WEINBERG, SAUL S. (1911–1992), U.S. educator and archaeologist. Born in Chicago, Weinberg received an M.S. in architectural history from the University of Illinois in 1933 and a Ph.D. from Johns Hopkins in 1935. He spent much time in Greece between 1936 and 1948. In 1948 he began his academic career at the University of Missouri and was appointed professor of classical archaeology in 1956. In 1957 he and his wife Gladys founded the Museum of Art and Archaeology at the University of Missouri, and in 1961 he became its director. Weinberg distinguished himself as a teacher, excavator, scholar, and museologist. He participated in or directed excavations in Greece (at Corinth and Elateia), Cyprus (at Kourion and Episkopi), Crete (at Tarrha), and Israel (at Tel Anafa and Shamir). In 1969 he became chief curator of the Biblical and Archaeological Department of the Israel Museum and also taught prehistory at The Hebrew University. In 1975 he was made a fellow of the American Academy of Arts and Sciences. In 1985 he and Gladys received the Gold Medal of the American Institute of Archaeology, and in 1986 they received the Percie Schimmel Award of the Israel Museum, Jerusalem, for archaeological exploration in Bible lands.

In addition to numerous articles, Weinberg published two volumes of the American School of Classical Studies at Athens publications, Geometric and Orientalizing Pottery (1943) and The Southeast Building, The Twin Basilica, The Mosaic House (1960), and also published The Stone Age in the Aegean (Cambridge Ancient History, 1 (19652), ch. 10).

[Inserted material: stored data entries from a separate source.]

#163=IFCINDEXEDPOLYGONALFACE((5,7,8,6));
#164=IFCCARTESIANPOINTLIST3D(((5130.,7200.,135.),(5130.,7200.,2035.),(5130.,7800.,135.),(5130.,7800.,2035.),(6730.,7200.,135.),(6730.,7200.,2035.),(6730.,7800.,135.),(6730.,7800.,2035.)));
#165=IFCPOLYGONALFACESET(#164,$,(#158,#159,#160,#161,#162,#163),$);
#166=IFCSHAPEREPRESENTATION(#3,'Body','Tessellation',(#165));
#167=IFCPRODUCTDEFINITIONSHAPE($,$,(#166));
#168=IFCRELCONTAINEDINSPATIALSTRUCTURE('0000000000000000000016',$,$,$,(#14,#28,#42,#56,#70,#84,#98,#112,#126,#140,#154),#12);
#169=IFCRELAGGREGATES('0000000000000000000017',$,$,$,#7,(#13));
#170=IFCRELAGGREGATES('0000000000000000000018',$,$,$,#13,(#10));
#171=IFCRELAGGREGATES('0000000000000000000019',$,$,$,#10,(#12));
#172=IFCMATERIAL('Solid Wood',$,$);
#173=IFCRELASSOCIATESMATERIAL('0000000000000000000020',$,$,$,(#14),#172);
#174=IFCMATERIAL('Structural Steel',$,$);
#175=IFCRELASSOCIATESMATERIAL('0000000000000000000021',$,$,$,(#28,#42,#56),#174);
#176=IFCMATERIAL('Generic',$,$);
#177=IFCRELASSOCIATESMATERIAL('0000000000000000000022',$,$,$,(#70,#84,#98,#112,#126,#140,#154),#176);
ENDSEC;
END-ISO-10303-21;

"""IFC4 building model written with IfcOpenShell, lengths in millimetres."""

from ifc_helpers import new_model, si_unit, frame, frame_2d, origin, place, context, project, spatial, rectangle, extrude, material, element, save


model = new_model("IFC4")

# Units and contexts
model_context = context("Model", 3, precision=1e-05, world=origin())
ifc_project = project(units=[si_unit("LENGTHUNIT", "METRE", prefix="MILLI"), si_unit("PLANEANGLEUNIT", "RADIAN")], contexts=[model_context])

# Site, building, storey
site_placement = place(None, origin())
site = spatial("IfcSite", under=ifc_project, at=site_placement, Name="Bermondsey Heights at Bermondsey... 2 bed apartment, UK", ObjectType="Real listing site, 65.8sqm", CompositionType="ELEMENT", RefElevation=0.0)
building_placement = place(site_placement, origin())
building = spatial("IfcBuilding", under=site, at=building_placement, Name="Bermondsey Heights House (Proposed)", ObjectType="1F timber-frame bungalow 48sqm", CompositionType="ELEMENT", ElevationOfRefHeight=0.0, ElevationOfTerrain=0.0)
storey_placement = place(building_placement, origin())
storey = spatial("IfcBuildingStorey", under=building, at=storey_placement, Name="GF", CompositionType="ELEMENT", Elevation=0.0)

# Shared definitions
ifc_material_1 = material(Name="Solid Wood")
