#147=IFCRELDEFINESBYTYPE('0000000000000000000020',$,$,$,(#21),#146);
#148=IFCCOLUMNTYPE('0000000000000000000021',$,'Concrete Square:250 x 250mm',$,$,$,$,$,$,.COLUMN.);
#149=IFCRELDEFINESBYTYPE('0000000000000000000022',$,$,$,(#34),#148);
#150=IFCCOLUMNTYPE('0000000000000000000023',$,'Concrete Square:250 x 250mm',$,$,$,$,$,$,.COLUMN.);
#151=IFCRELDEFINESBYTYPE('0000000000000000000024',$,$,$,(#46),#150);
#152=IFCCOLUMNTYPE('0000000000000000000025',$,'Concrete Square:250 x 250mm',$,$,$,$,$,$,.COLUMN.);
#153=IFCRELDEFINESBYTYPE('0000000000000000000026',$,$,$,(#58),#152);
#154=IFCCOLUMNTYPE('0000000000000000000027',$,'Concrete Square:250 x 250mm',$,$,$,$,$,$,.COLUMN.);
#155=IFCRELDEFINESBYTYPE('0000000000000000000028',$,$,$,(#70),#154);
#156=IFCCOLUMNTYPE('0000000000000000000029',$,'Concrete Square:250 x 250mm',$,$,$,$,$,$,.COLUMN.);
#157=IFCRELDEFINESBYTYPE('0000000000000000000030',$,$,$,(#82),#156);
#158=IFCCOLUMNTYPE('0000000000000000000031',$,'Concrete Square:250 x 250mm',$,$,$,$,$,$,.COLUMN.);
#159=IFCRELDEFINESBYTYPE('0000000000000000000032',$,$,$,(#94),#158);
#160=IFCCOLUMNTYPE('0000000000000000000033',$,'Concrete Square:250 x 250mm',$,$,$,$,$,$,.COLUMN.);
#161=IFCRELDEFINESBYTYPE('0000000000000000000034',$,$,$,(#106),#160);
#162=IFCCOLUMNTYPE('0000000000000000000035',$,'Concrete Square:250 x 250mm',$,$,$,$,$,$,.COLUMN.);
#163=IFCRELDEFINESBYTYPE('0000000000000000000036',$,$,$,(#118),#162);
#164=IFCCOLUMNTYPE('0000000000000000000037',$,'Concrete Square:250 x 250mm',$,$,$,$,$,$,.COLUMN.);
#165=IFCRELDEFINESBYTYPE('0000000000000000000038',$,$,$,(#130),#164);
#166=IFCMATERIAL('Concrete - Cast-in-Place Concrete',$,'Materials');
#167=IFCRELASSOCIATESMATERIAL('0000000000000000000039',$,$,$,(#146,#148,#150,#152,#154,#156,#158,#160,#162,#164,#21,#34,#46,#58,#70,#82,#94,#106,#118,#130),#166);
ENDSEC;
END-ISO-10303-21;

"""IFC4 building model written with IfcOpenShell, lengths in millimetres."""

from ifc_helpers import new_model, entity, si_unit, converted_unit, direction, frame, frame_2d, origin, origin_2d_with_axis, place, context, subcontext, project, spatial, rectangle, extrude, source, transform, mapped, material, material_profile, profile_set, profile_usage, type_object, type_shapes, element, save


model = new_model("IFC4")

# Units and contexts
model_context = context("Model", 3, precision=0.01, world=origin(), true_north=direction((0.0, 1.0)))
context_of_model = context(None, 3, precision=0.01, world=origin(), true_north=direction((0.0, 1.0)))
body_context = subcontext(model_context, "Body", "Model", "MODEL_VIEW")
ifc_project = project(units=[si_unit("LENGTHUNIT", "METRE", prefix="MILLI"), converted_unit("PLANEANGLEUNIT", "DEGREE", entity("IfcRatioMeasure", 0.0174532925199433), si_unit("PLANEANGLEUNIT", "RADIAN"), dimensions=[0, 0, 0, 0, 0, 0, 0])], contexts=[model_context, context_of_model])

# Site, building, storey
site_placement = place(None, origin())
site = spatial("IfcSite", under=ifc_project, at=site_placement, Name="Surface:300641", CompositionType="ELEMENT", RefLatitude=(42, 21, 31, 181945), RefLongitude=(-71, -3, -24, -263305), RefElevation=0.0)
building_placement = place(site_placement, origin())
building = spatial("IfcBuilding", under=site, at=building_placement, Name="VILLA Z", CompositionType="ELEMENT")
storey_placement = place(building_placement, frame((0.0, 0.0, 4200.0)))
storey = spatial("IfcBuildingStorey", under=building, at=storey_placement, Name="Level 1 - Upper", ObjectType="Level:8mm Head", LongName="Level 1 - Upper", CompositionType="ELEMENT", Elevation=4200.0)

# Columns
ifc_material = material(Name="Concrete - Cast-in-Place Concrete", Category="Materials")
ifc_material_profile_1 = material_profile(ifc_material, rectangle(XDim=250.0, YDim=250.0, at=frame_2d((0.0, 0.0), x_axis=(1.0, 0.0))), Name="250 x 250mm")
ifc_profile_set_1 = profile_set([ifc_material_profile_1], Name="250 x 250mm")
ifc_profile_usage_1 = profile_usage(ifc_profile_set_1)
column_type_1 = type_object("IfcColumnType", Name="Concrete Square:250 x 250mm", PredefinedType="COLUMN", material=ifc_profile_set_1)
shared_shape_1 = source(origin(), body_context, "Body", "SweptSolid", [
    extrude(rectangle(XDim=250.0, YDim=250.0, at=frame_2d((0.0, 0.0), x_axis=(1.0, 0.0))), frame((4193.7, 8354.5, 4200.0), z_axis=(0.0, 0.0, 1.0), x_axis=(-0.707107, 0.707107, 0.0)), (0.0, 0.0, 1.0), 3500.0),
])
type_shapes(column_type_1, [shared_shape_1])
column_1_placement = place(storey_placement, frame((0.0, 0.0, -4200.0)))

He edited The Aegean and the Near East: Studies Presented to Hetty Goldman… (1956).

Gladys Davidson Weinberg (1909–2002), also an archaeologist, was one of the foremost authorities on ancient and medieval glass. She specialized in ancient miniature art. She was the editor of Archaeology magazine from 1952 to 1967 and curator of Ancient Art of the Museum of Art and Archaeology at the University of Missouri from 1962 to 1973. She served as assistant director of the museum from 1973 to 1977, after which she was a research fellow. She was made an honorary life member of the Archaeological Institute of America. Her books include Small Objects from Pnyx (with Dorothy Burr Thompson, 1942); Corinth: The Minor Objects (1952); Excavations at Jalame, Site of a Glass Factory in Late Roman Palestine (1988); and Selected Glass Vessels in the National Museum, Athens, Greece (1992).